[Dataset excerpts]
════════════════════

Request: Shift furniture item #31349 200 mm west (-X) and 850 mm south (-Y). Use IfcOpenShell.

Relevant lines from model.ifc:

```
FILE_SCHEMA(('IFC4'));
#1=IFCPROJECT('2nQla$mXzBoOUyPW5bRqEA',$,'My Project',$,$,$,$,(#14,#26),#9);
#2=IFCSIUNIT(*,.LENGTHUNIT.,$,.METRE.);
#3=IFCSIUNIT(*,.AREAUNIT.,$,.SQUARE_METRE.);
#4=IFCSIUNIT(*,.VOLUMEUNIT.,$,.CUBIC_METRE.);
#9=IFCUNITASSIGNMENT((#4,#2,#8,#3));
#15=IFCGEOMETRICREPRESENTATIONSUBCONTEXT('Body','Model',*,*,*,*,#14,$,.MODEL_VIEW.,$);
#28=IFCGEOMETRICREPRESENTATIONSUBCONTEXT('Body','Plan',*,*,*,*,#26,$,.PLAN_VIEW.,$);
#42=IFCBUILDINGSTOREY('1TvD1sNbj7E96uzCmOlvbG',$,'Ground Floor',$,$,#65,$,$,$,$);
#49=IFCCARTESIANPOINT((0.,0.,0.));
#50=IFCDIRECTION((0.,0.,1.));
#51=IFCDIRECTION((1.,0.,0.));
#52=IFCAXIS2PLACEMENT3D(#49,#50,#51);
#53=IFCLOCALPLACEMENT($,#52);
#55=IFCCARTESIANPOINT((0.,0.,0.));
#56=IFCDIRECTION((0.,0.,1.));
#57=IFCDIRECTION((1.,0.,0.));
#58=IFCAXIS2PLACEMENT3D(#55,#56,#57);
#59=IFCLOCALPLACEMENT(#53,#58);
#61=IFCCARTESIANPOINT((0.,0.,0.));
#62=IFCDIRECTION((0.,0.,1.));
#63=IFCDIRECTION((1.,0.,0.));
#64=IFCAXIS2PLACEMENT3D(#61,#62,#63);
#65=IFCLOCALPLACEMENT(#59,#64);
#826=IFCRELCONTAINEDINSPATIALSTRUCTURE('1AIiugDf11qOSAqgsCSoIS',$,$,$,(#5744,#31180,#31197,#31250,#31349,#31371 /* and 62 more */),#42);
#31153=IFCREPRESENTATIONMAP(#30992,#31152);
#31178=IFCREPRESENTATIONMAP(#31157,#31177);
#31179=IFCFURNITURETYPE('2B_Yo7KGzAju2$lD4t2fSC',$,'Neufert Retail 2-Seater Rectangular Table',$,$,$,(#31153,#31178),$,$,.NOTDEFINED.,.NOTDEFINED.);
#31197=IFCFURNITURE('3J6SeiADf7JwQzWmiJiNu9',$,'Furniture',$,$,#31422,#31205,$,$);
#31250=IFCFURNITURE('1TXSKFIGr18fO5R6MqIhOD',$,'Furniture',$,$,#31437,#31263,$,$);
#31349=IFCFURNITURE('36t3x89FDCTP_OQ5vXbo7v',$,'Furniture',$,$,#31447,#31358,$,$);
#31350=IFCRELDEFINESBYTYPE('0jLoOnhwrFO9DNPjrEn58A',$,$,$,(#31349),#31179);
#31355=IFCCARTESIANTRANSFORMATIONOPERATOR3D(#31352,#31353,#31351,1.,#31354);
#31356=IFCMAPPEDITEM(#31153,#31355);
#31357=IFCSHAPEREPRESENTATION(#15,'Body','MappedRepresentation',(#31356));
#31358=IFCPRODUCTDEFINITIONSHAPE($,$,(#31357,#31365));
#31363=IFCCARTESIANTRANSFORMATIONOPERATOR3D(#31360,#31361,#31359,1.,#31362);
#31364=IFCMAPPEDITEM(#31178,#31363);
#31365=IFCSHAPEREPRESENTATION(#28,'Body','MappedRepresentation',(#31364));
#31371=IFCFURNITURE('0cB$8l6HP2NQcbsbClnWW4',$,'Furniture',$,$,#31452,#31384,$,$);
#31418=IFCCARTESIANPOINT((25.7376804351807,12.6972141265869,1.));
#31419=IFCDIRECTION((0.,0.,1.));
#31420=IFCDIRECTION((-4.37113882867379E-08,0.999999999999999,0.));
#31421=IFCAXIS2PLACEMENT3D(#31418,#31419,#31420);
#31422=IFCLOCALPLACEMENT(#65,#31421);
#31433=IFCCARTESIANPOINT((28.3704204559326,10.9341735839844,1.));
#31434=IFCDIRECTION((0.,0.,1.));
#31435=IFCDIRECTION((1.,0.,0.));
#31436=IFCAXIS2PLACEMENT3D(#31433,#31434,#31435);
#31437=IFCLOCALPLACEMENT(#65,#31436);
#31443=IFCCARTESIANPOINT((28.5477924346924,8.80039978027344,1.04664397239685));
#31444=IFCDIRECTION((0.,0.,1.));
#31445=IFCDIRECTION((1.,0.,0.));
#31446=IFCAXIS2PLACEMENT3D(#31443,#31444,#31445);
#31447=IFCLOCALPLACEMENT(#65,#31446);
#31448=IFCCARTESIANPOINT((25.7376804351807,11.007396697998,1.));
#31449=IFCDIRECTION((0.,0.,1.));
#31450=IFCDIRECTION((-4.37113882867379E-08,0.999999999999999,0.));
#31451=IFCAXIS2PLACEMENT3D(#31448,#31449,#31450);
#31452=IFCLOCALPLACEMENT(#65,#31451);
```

```python
import ifcopenshell
import ifcopenshell.api.geometry
import ifcopenshell.util.placement
import ifcopenshell.util.unit

model = ifcopenshell.open("model.ifc")
unit_scale = ifcopenshell.util.unit.calculate_unit_scale(model)

item = model.by_id(31349)
matrix = ifcopenshell.util.placement.get_local_placement(item.ObjectPlacement)
matrix[0, 3] -= 0.2 / unit_scale
matrix[1, 3] -= 0.85 / unit_scale
ifcopenshell.api.geometry.edit_object_placement(model, product=item, matrix=matrix, is_si=False)

print(ifcopenshell.util.placement.get_local_placement(item.ObjectPlacement).round(3) + 0.0)

model.write("model_edited.ifc")
```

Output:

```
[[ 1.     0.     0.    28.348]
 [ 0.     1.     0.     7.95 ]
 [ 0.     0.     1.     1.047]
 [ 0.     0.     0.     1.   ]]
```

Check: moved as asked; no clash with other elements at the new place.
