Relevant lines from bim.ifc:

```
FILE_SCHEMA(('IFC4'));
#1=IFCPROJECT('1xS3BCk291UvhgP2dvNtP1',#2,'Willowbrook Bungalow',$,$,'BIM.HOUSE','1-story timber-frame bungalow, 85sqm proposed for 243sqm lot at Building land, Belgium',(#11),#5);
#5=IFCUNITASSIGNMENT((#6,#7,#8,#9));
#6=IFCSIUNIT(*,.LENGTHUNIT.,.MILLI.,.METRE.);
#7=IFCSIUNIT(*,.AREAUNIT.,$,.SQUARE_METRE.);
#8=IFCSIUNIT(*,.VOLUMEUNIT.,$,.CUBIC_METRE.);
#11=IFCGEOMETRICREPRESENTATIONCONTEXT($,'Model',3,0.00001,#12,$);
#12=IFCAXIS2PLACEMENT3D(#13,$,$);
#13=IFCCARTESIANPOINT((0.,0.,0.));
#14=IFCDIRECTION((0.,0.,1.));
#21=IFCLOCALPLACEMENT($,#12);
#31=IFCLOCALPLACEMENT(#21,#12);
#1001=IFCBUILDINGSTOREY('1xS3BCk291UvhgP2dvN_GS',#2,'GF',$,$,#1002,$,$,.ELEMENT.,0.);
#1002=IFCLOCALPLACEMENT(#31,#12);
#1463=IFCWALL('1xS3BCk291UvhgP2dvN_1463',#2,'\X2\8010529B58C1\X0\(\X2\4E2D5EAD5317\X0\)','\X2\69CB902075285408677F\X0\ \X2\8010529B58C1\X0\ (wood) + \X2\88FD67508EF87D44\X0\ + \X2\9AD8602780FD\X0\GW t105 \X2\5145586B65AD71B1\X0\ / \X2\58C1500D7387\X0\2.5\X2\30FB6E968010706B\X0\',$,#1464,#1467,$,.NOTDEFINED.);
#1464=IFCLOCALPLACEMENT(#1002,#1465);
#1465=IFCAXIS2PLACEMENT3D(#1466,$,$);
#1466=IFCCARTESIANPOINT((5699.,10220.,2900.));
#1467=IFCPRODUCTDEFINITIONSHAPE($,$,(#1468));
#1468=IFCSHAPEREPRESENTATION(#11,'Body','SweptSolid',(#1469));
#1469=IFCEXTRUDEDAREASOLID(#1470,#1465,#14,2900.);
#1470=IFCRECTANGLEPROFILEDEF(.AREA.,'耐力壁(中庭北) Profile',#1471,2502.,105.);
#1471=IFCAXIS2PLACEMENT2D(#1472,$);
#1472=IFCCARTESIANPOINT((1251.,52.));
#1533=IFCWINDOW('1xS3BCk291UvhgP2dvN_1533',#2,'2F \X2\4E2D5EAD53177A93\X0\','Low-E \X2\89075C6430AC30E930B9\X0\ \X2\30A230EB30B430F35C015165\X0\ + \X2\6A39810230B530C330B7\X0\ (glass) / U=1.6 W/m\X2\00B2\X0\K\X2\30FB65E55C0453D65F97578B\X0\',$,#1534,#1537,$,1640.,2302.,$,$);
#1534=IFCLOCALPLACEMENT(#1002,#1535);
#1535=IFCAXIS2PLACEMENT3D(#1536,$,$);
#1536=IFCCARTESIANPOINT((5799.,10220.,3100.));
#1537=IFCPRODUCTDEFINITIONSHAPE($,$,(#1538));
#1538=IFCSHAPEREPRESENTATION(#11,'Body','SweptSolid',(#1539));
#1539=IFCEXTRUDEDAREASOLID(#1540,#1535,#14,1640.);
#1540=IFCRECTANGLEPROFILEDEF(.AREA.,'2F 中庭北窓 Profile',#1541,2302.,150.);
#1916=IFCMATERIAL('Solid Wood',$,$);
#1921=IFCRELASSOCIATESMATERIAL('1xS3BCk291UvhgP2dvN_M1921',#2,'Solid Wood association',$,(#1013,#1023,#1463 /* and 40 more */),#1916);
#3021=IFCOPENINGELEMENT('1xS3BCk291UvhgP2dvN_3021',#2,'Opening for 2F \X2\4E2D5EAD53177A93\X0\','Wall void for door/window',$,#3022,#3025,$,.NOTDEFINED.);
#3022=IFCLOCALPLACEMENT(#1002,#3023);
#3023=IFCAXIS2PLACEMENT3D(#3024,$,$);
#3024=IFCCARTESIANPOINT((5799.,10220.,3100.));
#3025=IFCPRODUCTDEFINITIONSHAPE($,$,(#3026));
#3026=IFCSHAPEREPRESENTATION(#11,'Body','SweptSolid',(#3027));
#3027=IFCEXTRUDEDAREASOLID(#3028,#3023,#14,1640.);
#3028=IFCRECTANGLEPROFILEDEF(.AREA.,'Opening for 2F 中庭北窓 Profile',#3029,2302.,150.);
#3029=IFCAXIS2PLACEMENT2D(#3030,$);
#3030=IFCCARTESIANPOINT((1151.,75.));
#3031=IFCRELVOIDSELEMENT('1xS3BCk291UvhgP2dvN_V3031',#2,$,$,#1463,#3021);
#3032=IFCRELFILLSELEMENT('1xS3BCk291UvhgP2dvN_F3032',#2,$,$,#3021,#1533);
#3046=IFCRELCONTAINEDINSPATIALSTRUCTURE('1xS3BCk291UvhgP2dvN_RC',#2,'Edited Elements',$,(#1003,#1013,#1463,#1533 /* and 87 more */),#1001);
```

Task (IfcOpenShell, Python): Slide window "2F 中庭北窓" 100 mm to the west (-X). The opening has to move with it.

```python
import ifcopenshell
import ifcopenshell.api.geometry
import ifcopenshell.util.placement
import ifcopenshell.util.unit

model = ifcopenshell.open("bim.ifc")
unit_scale = ifcopenshell.util.unit.calculate_unit_scale(model)

window = model.by_guid("1xS3BCk291UvhgP2dvN_1533")
opening = window.FillsVoids[0].RelatingOpeningElement
wall = opening.VoidsElements[0].RelatingBuildingElement

wall_matrix = ifcopenshell.util.placement.get_local_placement(wall.ObjectPlacement)
shift = wall_matrix[:3, 0] * -0.1 / unit_scale
before = ifcopenshell.util.placement.get_local_placement(window.ObjectPlacement)[:3, 3].copy()

# The window is not placed relative to its opening, so move both.
for product in (opening, window):
    matrix = ifcopenshell.util.placement.get_local_placement(product.ObjectPlacement)
    matrix[:3, 3] += shift
    ifcopenshell.api.geometry.edit_object_placement(model, product=product, matrix=matrix, is_si=False)

after = ifcopenshell.util.placement.get_local_placement(window.ObjectPlacement)[:3, 3]
print("window moved by", (after - before).round(3) + 0.0)

model.write("bim-out.ifc")
```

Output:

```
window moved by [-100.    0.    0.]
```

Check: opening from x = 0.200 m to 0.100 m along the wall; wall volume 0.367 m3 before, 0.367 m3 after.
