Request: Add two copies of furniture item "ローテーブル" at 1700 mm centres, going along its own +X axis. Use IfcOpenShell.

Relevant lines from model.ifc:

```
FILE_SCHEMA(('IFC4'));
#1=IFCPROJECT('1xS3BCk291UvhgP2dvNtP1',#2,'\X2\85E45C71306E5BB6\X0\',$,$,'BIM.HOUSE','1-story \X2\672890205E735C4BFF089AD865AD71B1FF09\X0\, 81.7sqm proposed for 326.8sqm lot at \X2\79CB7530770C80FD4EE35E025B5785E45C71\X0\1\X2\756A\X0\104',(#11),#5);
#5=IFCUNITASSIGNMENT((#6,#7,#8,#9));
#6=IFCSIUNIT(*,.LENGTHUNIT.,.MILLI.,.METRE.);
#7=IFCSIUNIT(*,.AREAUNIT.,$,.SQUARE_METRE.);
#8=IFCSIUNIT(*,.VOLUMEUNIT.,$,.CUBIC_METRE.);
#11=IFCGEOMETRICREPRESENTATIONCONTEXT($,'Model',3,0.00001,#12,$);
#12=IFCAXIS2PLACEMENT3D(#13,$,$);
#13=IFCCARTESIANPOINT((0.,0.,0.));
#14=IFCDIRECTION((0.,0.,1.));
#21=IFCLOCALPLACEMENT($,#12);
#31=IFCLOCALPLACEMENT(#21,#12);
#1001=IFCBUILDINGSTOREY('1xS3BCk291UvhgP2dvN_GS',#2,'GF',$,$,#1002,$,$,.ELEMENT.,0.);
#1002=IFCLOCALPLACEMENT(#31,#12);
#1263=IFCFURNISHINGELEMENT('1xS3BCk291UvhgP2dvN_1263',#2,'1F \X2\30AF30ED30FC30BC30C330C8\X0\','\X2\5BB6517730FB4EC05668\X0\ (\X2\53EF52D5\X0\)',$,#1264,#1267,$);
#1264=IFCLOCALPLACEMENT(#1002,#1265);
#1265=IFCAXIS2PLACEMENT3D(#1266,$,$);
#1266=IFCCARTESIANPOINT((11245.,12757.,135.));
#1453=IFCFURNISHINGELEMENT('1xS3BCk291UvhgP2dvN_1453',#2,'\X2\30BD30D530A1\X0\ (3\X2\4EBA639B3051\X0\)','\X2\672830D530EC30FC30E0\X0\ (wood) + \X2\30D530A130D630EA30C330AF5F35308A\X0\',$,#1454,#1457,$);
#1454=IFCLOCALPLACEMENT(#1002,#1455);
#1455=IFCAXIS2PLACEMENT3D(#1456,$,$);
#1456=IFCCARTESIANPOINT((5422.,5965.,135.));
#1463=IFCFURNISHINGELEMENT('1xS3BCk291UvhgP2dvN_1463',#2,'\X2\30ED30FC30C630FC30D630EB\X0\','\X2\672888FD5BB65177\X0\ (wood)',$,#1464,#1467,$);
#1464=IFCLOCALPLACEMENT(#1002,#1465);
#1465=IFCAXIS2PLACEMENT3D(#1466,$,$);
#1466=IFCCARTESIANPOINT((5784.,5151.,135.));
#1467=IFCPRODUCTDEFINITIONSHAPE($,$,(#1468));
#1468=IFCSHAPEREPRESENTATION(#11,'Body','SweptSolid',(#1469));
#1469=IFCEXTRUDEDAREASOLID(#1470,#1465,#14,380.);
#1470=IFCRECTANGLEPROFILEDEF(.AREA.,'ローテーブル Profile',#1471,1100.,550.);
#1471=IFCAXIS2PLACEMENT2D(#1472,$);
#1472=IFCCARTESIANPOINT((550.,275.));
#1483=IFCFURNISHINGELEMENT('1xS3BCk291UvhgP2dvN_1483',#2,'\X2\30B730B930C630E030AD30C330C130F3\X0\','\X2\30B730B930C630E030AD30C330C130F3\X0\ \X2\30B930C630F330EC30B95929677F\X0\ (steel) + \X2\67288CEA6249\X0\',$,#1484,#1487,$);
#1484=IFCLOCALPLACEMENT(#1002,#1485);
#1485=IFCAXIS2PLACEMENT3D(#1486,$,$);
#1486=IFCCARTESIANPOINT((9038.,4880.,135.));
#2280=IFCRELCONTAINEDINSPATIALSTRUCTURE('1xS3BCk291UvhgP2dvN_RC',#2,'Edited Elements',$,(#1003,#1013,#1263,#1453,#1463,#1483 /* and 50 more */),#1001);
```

```python
import ifcopenshell
import ifcopenshell.api.geometry
import ifcopenshell.api.root
import ifcopenshell.util.element
import ifcopenshell.util.placement

model = ifcopenshell.open("model.ifc")


def reuse_history(source, copy):
    """copy_class also copies each property set's owner history, people and application; keep the originals."""
    for rel in copy.IsDefinedBy:
        if rel.is_a("IfcRelDefinesByProperties") and (history := rel.RelatingPropertyDefinition.OwnerHistory):
            rel.RelatingPropertyDefinition.OwnerHistory = source.OwnerHistory
            ifcopenshell.util.element.remove_deep2(model, history)


source = model.by_id(1463)
base = ifcopenshell.util.placement.get_local_placement(source.ObjectPlacement)
step = base[:3, 0] * 1700.0

for i in range(1, 3):
    copy = ifcopenshell.api.root.copy_class(model, product=source)
    copy.Representation = ifcopenshell.util.element.copy_deep(
        model, source.Representation, exclude=["IfcGeometricRepresentationContext", "IfcRepresentationMap"]
    )
    reuse_history(source, copy)
    matrix = base.copy()
    matrix[:3, 3] += i * step
    print("added at", matrix[:3, 3].round(3) + 0.0)
    ifcopenshell.api.geometry.edit_object_placement(model, product=copy, matrix=matrix, is_si=False)

model.write("model_edited.ifc")
```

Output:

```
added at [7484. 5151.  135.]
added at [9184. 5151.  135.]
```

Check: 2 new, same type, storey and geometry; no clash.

════════════════════

*Problem description:* Take every line above that includes the string "Body" and return it.

*Reply to the exercise:*
#15=IFCGEOMETRICREPRESENTATIONSUBCONTEXT('Body','Model',*,*,*,*,#14,$,.MODEL_VIEW.,$);
#28=IFCGEOMETRICREPRESENTATIONSUBCONTEXT('Body','Plan',*,*,*,*,#26,$,.PLAN_VIEW.,$);
#31357=IFCSHAPEREPRESENTATION(#15,'Body','MappedRepresentation',(#31356));
#31365=IFCSHAPEREPRESENTATION(#28,'Body','MappedRepresentation',(#31364));
#1468=IFCSHAPEREPRESENTATION(#11,'Body','SweptSolid',(#1469));
#1538=IFCSHAPEREPRESENTATION(#11,'Body','SweptSolid',(#1539));
#3026=IFCSHAPEREPRESENTATION(#11,'Body','SweptSolid',(#3027));
#1468=IFCSHAPEREPRESENTATION(#11,'Body','SweptSolid',(#1469));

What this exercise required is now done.